TASK DESCRIPTION: What number of lines in the entries below include the string "Banco"? Respond with that number alone.

EXTRACTED MATERIAL:
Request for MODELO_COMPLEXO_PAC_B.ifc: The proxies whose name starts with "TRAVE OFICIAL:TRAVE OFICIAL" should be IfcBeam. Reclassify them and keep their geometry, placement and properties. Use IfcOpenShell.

First a look at what the model holds.

```python
import re

import ifcopenshell

model = ifcopenshell.open("MODELO_COMPLEXO_PAC_B.ifc")
print(model.schema)
seen = {}
for e in model.by_type("IfcBuildingElementProxy"):
    name = re.sub(r":\d+(:\d+)?$", "", e.Name or "")  # drop the element id that some exporters append
    seen[name] = seen.get(name, 0) + 1
for name, count in sorted(seen.items()):
    print(count, "x", name)
```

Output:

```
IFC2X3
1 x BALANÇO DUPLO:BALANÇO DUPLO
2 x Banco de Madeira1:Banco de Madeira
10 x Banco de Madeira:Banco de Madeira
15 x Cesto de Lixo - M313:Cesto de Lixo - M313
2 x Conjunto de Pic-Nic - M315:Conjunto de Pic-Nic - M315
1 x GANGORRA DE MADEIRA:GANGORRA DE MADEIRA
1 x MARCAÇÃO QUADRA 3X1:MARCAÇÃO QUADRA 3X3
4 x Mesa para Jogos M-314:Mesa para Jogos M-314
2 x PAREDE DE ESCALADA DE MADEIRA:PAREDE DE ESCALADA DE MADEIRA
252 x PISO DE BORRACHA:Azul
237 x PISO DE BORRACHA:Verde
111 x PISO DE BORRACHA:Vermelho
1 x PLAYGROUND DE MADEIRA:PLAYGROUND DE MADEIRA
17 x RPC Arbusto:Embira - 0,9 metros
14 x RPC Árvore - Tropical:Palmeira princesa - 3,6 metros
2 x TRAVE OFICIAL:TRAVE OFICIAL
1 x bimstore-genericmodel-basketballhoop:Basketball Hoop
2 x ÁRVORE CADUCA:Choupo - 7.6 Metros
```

```python
import ifcopenshell
import ifcopenshell.api.root

model = ifcopenshell.open("MODELO_COMPLEXO_PAC_B.ifc")

proxies = [e.id() for e in model.by_type("IfcBuildingElementProxy") if (e.Name or "").startswith("TRAVE OFICIAL:TRAVE OFICIAL")]
for step_id in proxies:
    proxy = model.by_id(step_id)
    # Reclassifying a typed element also reclassifies its type and the type's other occurrences.
    if proxy.is_a("IfcBuildingElementProxy"):
        ifcopenshell.api.root.reassign_class(model, product=proxy, ifc_class="IfcBeam")

print(sum(model.by_id(i).is_a("IfcBeam") for i in proxies), "reclassified")

model.write("MODELO_COMPLEXO_PAC_B_updated.ifc")
```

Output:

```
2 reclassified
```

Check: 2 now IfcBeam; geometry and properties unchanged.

PROBLEM SOLUTION: 2